[Work instructions]: Copy the entries character for character.

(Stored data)
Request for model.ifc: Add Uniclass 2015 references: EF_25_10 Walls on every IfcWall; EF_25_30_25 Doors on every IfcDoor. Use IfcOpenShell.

First a look at what the model holds.

```python
import ifcopenshell

model = ifcopenshell.open("model.ifc")
print(model.schema)
print("classifications:", [c.Name for c in model.by_type("IfcClassification")])
for ifc_class in ("IfcDoor", "IfcRoof", "IfcStair", "IfcWall", "IfcWindow"):
    print(ifc_class, len(model.by_type(ifc_class)))
```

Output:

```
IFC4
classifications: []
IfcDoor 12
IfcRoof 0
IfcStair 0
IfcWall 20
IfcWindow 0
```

```python
import ifcopenshell
import ifcopenshell.api.classification

model = ifcopenshell.open("model.ifc")

system = ifcopenshell.api.classification.add_classification(model, classification="Uniclass 2015")

codes = {
    "IfcWall": ("EF_25_10", "Walls"),
    "IfcDoor": ("EF_25_30_25", "Doors"),
}
for ifc_class, (code, name) in codes.items():
    products = model.by_type(ifc_class)
    ifcopenshell.api.classification.add_reference(
        model, products=products, classification=system, identification=code, name=name
    )
    print(code, len(products))

model.write("model_updated.ifc")
```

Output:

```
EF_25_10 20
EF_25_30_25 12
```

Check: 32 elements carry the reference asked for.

[Solution]:
Request for model.ifc: Add Uniclass 2015 references: EF_25_10 Walls on every IfcWall; EF_25_30_25 Doors on every IfcDoor. Use IfcOpenShell.

First a look at what the model holds.

```python
import ifcopenshell

model = ifcopenshell.open("model.ifc")
print(model.schema)
print("classifications:", [c.Name for c in model.by_type("IfcClassification")])
for ifc_class in ("IfcDoor", "IfcRoof", "IfcStair", "IfcWall", "IfcWindow"):
    print(ifc_class, len(model.by_type(ifc_class)))
```

Output:

```
IFC4
classifications: []
IfcDoor 12
IfcRoof 0
IfcStair 0
IfcWall 20
IfcWindow 0
```

```python
import ifcopenshell
import ifcopenshell.api.classification

model = ifcopenshell.open("model.ifc")

system = ifcopenshell.api.classification.add_classification(model, classification="Uniclass 2015")

codes = {
    "IfcWall": ("EF_25_10", "Walls"),
    "IfcDoor": ("EF_25_30_25", "Doors"),
}
for ifc_class, (code, name) in codes.items():
    products = model.by_type(ifc_class)
    ifcopenshell.api.classification.add_reference(
        model, products=products, classification=system, identification=code, name=name
    )
    print(code, len(products))

model.write("model_updated.ifc")
```

Output:

```
EF_25_10 20
EF_25_30_25 12
```

Check: 32 elements carry the reference asked for.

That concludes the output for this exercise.